柳煜只盯著那枚柿子出神了片刻,下一秒旁邊的男人就運起輕功上樹,偏偏然地將那枚柿子捧到了他的眼前。

“紅彤彤的倒是熟透了,雲章品嘗一下喜不喜歡?”鄭宣笑著將他領進寢室,略帶一些歉意的道,“我讓下人給你沏好了茶,書房還有事情需要我去處理一下,雲章在屋內等我好不好?”

“好!”柳煜抱著那只小柿子,在軟榻上尋了個最舒服位置窩好,乖巧的應下。

慢慢品嘗著手裏的柿子,柳煜開懷的笑了。

曾經,公主府的庭院裏也有一顆這樣的柿子樹靜靜的生長,每年時至寒冬枝頭總有一顆柿子頑強地掛到最後。這時,弟弟總會指著這最後一顆柿子跟他說那是最甜的一顆。那時的柳煜也是二話不說就給他摘了來,但是柳煜心底卻覺得弟弟年少無知,這滿樹的果子沐浴同一片陽光,本應該一樣甜的。

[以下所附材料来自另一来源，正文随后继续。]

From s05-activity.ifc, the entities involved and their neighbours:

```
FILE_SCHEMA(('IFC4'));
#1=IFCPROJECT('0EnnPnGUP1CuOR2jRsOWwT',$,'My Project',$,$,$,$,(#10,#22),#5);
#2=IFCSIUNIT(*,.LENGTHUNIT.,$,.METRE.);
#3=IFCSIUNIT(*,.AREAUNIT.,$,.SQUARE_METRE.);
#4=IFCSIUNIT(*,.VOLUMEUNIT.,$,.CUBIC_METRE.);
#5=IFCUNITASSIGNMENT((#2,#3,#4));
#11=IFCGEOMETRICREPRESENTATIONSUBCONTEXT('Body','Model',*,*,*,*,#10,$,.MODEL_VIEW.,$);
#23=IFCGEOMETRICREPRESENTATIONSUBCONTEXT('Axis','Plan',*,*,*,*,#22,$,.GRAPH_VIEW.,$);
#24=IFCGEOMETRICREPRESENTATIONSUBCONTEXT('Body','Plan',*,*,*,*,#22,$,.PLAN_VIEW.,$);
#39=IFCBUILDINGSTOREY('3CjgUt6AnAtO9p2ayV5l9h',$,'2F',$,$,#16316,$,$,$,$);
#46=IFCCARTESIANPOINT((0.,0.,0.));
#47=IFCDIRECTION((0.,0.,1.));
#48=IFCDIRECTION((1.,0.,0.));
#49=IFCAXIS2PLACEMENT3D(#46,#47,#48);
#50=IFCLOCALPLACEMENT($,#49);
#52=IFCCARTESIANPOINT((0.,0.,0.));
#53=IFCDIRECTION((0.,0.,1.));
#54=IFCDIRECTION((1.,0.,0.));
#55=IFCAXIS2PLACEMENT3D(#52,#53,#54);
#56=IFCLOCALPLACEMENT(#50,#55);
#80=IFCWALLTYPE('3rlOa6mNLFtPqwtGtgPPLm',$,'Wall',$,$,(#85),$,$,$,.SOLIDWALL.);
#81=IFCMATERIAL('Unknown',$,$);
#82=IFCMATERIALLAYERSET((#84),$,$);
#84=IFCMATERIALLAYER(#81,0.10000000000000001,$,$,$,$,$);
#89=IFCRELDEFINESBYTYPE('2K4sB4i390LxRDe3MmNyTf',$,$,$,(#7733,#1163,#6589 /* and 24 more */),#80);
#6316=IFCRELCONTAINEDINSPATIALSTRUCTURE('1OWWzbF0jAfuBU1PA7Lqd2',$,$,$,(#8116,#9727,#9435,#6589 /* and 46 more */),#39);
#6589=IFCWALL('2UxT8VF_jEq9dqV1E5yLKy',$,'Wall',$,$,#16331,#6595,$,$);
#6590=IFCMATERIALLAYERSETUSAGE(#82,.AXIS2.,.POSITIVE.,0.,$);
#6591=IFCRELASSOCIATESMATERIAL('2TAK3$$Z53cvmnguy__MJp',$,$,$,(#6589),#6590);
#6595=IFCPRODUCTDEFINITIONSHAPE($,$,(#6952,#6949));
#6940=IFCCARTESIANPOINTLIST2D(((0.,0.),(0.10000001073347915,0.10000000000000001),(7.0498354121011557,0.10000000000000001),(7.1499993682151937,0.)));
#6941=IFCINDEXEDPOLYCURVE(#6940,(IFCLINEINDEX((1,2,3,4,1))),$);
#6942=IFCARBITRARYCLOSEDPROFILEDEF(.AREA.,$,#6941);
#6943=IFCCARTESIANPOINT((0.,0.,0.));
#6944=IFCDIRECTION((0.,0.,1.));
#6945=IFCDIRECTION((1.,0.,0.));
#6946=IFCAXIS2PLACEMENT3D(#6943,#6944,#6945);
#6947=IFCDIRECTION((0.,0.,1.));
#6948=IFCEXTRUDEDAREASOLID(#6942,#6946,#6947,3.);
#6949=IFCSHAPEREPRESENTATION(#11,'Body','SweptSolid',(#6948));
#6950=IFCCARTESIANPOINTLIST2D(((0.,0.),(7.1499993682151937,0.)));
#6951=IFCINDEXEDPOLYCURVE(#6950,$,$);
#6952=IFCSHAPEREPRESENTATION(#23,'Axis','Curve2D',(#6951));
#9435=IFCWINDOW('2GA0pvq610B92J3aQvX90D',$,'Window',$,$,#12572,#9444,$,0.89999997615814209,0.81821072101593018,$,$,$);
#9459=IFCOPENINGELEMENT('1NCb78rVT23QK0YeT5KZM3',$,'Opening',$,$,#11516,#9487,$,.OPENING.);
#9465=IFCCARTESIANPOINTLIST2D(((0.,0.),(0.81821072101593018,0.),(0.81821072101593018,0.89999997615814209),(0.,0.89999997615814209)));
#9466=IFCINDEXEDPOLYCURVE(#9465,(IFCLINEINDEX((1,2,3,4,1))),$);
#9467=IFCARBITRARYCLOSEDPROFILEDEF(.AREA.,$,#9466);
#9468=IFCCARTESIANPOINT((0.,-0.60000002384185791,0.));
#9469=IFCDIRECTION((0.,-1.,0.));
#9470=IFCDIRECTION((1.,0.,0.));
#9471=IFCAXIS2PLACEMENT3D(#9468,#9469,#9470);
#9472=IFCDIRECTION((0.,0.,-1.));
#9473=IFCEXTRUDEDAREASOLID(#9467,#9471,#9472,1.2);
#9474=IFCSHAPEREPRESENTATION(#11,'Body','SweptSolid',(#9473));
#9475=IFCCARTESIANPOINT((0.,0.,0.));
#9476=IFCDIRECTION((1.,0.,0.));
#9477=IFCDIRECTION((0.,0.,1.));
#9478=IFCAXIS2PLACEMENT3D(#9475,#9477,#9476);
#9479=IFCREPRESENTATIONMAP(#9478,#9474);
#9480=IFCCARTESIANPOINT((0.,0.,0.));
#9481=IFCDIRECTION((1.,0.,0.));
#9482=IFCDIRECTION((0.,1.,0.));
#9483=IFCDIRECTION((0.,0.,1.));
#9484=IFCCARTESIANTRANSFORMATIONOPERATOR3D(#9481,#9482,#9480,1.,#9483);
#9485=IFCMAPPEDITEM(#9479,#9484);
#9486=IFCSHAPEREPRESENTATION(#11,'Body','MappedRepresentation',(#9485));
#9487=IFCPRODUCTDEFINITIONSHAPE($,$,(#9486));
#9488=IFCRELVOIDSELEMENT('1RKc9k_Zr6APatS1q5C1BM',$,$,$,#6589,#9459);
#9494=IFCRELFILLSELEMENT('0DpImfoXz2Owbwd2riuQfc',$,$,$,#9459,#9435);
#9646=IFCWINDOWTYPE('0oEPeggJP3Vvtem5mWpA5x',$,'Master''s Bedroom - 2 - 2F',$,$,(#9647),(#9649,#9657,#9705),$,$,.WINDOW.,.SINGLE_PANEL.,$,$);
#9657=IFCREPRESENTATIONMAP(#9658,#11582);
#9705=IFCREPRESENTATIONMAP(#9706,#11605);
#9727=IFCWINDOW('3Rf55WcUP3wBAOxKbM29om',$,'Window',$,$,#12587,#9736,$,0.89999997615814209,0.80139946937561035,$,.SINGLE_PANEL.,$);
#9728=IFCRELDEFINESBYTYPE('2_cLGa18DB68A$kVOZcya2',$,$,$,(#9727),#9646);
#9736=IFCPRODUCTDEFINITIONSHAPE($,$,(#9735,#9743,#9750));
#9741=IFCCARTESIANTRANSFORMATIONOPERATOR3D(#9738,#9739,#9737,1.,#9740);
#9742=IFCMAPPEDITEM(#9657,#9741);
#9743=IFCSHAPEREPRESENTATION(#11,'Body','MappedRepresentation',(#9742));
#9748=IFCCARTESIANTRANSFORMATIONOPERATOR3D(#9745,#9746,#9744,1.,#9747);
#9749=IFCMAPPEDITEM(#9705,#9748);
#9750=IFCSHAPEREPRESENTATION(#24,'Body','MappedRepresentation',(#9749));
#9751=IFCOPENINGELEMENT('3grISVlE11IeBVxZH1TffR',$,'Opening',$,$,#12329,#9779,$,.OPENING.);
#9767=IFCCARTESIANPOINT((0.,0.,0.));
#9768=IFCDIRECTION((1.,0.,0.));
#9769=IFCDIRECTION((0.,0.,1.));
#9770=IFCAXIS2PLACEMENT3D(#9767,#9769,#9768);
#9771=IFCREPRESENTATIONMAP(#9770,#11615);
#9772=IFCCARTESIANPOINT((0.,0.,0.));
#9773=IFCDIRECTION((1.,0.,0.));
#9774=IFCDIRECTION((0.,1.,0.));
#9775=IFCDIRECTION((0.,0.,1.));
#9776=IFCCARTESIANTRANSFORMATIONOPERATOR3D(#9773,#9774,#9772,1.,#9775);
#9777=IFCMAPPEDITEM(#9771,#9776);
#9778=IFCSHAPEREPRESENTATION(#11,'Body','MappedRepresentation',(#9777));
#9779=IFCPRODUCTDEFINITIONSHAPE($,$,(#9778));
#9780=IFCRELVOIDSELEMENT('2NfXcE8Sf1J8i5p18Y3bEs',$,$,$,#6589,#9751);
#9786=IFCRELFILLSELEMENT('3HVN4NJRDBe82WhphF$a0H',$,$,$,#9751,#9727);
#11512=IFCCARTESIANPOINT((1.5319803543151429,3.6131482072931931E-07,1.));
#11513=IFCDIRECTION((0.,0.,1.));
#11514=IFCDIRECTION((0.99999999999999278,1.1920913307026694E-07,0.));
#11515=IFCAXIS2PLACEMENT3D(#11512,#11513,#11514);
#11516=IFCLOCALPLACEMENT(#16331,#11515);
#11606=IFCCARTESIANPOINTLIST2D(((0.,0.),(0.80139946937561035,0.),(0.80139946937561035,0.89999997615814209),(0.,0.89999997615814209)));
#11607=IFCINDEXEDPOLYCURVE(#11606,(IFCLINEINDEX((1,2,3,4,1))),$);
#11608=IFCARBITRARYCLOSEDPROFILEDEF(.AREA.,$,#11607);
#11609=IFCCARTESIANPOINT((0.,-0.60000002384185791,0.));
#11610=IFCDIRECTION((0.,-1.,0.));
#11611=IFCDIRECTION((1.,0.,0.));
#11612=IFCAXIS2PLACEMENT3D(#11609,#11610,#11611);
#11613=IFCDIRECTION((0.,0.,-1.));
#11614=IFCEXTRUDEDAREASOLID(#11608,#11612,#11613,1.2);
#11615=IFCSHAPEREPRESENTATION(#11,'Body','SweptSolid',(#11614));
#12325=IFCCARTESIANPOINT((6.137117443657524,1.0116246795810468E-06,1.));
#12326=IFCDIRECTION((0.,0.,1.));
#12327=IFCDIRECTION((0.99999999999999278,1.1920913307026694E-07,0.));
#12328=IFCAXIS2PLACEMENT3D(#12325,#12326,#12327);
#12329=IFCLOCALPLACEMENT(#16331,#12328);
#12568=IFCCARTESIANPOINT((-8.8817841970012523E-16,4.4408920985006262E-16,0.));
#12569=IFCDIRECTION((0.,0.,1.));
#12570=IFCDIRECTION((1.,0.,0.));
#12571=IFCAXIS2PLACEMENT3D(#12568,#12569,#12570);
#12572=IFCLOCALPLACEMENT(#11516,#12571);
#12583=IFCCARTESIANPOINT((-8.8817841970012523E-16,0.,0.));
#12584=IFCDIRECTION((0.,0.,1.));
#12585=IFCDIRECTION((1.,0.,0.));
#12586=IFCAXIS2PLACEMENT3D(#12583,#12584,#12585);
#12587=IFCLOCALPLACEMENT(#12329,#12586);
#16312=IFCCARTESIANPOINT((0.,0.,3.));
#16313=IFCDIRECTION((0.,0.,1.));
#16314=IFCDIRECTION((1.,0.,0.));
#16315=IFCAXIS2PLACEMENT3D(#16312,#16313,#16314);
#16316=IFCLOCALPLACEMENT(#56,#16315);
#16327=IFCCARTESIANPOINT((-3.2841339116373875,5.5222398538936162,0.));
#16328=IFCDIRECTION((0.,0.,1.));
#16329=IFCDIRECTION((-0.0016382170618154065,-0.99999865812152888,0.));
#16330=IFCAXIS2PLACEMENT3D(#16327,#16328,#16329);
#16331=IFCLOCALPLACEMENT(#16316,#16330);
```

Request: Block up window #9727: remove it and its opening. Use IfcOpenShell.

```python
import ifcopenshell
import ifcopenshell.api.feature
import ifcopenshell.api.root
import ifcopenshell.geom
import ifcopenshell.util.shape

model = ifcopenshell.open("s05-activity.ifc")
settings = ifcopenshell.geom.settings()


def volume(element):
    """Net volume in cubic metres, openings subtracted."""
    shape = ifcopenshell.geom.create_shape(settings, element)
    return ifcopenshell.util.shape.get_volume(shape.geometry)


window = model.by_guid("3Rf55WcUP3wBAOxKbM29om")
opening = window.FillsVoids[0].RelatingOpeningElement
wall = opening.VoidsElements[0].RelatingBuildingElement
before = volume(wall)

ifcopenshell.api.root.remove_product(model, product=window)
ifcopenshell.api.feature.remove_feature(model, feature=opening)

after = volume(wall)

print(f"wall volume {before:.3f} -> {after:.3f} m3")

model.write("s05-activity_v2.ifc")
```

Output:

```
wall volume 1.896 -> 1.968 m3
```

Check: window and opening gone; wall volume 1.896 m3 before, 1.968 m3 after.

時隔多年,當那個會給他摘下最後一顆柿子的男人出現後,他才明白,這顆果子果然是最甜的。

……

鄭宣解決完燃眉之急就迫不及待的遣散了眾大臣,可就是這樣出來時天還是已經徹底暗了,雪花飄飄灑灑的在地上堆積成一層,鄭宣踩在上面還能發出咯吱的聲響。

輕輕撩起寢室的門簾,床榻上的人大約是被這陡然闖入的絲絲涼意驚擾,緩緩掀起一半眼皮。他眼眸中還殘留著未散盡的睡意,帶著幾分慵懶,漫不經心地看向他。

鄭宣快步向他走來,“雲章,醒醒,藥還沒吃呢。”看向桌面上那碗還冒著熱氣的漆黑湯藥默默的嘆了口氣。

柳煜擡手接過遞來的湯藥,仰頭一飲而盡。剎那間,苦澀的味道在舌尖蔓延開來,他的眉頭瞬間擰緊,被這股濃烈的苦味刺激得猛地坐直了身子,“咳咳…”旁邊的鄭宣馬上為他遞來蜜餞。

“把衣服脫了再睡吧。”鄭宣的聲音輕緩,帶著化不開的溫柔。

剛睡醒的柳煜還迷糊著,也就容忍了鄭宣那雙不安分的手在他身上游走。

鄭宣的指尖在他的衣衫間游走,動作小心而輕柔。突然,他的手指停住,目光定格在柳煜肩胛骨處一道觸目驚心的疤痕上,那道疤痕幾乎貫穿了整個肩胛骨,宛如一條猙獰的蜈蚣,破壞了原本光潔的肌膚。鄭宣的眼中閃過一抹痛惜,手指輕輕撫上那道疤痕,聲音不自覺地帶上一絲顫抖:“這道疤痕是怎麽弄的?”

柳煜擡眸,神色平靜,似是對這些傷痛早已習以為常,漫不經心地回道:“讓蠻子的火藥炸的。”

鄭宣並未就此罷休,目光又落在另一處傷痕上,追問道:“那這個呢?”

“山上落石砸的。”

“這個…”

“你每一道傷都要問嗎~”柳煜卻在他懷中換了個舒適的姿勢,窩得更緊了些,帶著幾分撒嬌的意味笑,被人任勞任怨的伺候著他才懶得自己動呢。

“我想知道,關於雲章的所有事情我都想知道…可以嘛?”鄭宣輕聲哄他。

哄得懷裏的人軟了心,於是洋洋灑灑的給他講北國的雪松和南境的梨花,講燕雲軍的袍澤與自己年少時候的趣事。從每一道疤痕的來由講到他對未來的種種憧憬,從驚鴻一瞥的心動講到分隔多年的情愫。

初雪已停,月滿西樓,斯是良辰,當覆何求。